With ${\tau }_{-}$ and ${\tau }_0$ indicated, respectively, the coherence time of the photons’ downconverted emission (hence, ${\tau }_{-}$ is the FHWH of the function $\Lambda \left(x\right)$) and the residual birefringent delay are intrinsic in the source itself. ${\tau }_1$, conversely, represents the adjustable polarisation-dependent delay introduced before the beam splitter by means of the motorised translation stage (4. in Figure 1). The quantity $2\overline{\omega }$ is the peak frequency of the optical pump.

The application of a tunable and stabilised temperature across the thermally controlled optical bench (point 6. of Figure 1) and consequently across the polarisation-maintaining fibre (having a temperature dependent birefringence) welded to the bench translates into two polarisation-dependent delays, here reported as ${\tau }_g\left(T\right)$ and $\tau \left(T\right)$ since they refer to a variation in group or phase velocity of the two orthogonally polarised wavepackets, respectively.
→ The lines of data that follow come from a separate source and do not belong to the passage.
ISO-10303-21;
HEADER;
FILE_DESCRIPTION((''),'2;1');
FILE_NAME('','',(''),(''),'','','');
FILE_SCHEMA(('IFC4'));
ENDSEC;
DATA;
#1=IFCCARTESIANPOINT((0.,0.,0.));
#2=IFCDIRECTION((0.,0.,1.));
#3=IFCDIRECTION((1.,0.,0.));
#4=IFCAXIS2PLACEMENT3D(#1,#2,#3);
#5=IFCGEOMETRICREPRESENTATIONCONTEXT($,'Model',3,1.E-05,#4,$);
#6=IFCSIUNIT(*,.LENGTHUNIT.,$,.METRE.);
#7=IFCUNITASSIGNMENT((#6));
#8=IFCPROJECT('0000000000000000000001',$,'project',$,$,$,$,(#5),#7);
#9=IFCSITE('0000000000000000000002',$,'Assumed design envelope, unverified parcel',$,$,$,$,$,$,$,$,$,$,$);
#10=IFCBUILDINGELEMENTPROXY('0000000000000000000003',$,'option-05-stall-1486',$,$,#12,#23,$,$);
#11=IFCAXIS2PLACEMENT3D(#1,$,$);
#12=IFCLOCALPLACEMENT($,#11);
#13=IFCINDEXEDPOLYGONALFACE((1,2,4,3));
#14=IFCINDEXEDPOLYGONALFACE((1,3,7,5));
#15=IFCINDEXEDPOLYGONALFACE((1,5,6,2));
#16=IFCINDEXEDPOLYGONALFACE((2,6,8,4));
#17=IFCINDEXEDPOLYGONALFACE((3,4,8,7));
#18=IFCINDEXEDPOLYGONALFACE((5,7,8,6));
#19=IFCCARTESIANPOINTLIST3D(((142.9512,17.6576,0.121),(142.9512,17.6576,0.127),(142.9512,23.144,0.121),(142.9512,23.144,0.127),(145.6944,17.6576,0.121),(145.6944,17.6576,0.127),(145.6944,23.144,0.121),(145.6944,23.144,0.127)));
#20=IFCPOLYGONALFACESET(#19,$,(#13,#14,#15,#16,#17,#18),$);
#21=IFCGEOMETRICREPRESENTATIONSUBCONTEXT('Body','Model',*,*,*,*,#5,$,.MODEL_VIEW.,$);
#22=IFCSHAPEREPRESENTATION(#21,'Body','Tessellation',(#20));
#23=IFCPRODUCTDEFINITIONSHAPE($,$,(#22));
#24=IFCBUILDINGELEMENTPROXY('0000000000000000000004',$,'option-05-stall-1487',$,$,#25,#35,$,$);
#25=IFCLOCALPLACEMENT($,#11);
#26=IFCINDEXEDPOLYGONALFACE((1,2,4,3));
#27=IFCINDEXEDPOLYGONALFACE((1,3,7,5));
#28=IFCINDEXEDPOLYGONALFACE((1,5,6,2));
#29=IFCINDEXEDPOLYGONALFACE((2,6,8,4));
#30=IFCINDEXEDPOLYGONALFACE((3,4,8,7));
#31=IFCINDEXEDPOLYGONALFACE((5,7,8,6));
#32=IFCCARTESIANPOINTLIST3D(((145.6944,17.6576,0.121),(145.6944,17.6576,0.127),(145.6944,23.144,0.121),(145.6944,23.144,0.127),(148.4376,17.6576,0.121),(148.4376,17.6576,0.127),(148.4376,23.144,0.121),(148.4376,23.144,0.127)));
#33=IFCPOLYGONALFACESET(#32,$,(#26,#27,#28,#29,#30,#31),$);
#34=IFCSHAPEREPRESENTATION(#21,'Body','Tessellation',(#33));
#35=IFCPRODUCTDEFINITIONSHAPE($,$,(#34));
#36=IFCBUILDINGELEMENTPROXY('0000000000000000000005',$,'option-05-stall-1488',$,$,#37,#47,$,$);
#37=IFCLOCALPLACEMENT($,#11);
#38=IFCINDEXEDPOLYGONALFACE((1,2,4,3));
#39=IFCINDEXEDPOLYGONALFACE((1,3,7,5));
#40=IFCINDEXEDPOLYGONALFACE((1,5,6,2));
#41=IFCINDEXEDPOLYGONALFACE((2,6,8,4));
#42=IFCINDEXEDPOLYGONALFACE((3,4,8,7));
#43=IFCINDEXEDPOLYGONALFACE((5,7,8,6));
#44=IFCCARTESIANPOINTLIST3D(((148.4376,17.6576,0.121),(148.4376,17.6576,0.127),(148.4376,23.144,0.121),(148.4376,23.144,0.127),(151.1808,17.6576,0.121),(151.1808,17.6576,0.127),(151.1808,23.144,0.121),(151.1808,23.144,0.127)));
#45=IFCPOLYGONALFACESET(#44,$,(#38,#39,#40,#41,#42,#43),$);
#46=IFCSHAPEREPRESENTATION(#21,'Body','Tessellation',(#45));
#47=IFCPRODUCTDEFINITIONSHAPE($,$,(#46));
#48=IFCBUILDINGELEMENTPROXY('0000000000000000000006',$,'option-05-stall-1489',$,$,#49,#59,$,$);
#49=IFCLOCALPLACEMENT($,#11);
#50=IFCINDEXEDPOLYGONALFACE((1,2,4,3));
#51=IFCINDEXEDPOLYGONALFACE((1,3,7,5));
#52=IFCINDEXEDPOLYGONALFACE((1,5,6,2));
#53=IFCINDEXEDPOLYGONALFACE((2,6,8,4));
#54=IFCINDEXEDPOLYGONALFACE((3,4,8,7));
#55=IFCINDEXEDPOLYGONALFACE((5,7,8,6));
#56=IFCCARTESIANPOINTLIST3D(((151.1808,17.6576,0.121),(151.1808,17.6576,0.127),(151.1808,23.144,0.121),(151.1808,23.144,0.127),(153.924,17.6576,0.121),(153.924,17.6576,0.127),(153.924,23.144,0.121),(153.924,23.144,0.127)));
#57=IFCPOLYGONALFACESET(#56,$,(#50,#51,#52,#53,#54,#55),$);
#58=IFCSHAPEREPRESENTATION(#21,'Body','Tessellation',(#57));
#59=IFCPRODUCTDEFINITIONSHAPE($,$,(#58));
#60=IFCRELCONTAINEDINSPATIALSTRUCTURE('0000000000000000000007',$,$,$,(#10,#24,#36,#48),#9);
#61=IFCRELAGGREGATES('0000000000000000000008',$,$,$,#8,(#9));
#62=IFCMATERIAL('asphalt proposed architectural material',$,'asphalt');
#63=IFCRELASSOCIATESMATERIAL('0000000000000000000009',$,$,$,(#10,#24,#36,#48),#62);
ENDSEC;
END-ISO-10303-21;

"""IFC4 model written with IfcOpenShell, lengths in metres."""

from ifc_helpers import new_model, si_unit, frame, origin_with_axes, place, context, subcontext, project, spatial, rectangle, extrude, material, element, save


model = new_model("IFC4")

# Units and contexts
model_context = context("Model", 3, precision=1e-05, world=origin_with_axes())
body_context = subcontext(model_context, "Body", "Model", "MODEL_VIEW")
ifc_project = project(units=[si_unit("LENGTHUNIT", "METRE")], contexts=[model_context])

# Site
site = spatial("IfcSite", under=ifc_project, Name="Assumed design envelope, unverified parcel")

# Building element proxies
ifc_material = material(Name="asphalt proposed architectural material", Category="asphalt")
for number, where, z_axis, x_axis, name in (
    (1, (144.3228, 20.4008, 0.121), (0.0, 0.0, 1.0), (1.0, 0.0, 0.0), "option-05-stall-1486"),
    (2, (147.066, 20.4008, 0.121), (0.0, 0.0, 1.0), (1.0, 0.0, 0.0), "option-05-stall-1487"),
    (3, (149.8092, 20.4008, 0.121), (0.0, 0.0, 1.0), (1.0, 0.0, 0.0), "option-05-stall-1488"),
    (4, (152.5524, 20.4008, 0.121), (0.0, 0.0, 1.0), (1.0, 0.0, 0.0), "option-05-stall-1489"),
):
    element("IfcBuildingElementProxy", number, at=place(None, frame(where, z_axis=z_axis, x_axis=x_axis)), inside=site, material=ifc_material, Name=name, context=body_context, shape_type="SweptSolid", body=[
        extrude(rectangle(XDim=2.7432, YDim=5.4864), origin_with_axes(), (0.0, 0.0, 1.0), 0.006),
    ])

save(model, "model.ifc")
If, therefore, the HOM envelope $\Lambda \left(x\right)$ depends on the ratio of the total time delay due to a group velocity mismatch between photons with different polarisation states, with respect to the global coherence time $\left|{\tau }_{-}\right|$ of the heralded photon generation inside the crystal, the argument of the cosine function (i.e., the fringe carrier pattern) is given by the relative delay due to the phase velocity mismatch acquired by the photons while crossing the fibre in a given polarisation state with respect to the other one. Finally, ${\alpha }_c$ and ${\alpha }_d$ are the visibility terms for the cases of both photons propagating along the c and d arms of the beam splitter, respectively (bouncing), while ${\alpha }_{cd}$ is the visibility term for the case of the photons splitting along two different arms (antibouncing). The visibilities are related to the probability for entangled photons to not experience decoherence when interacting with the experimental apparatus or, more generally, with the environment, and may depend on differences in the spectral profiles, misalignments in the setup, and other intrinsic or experimental issues.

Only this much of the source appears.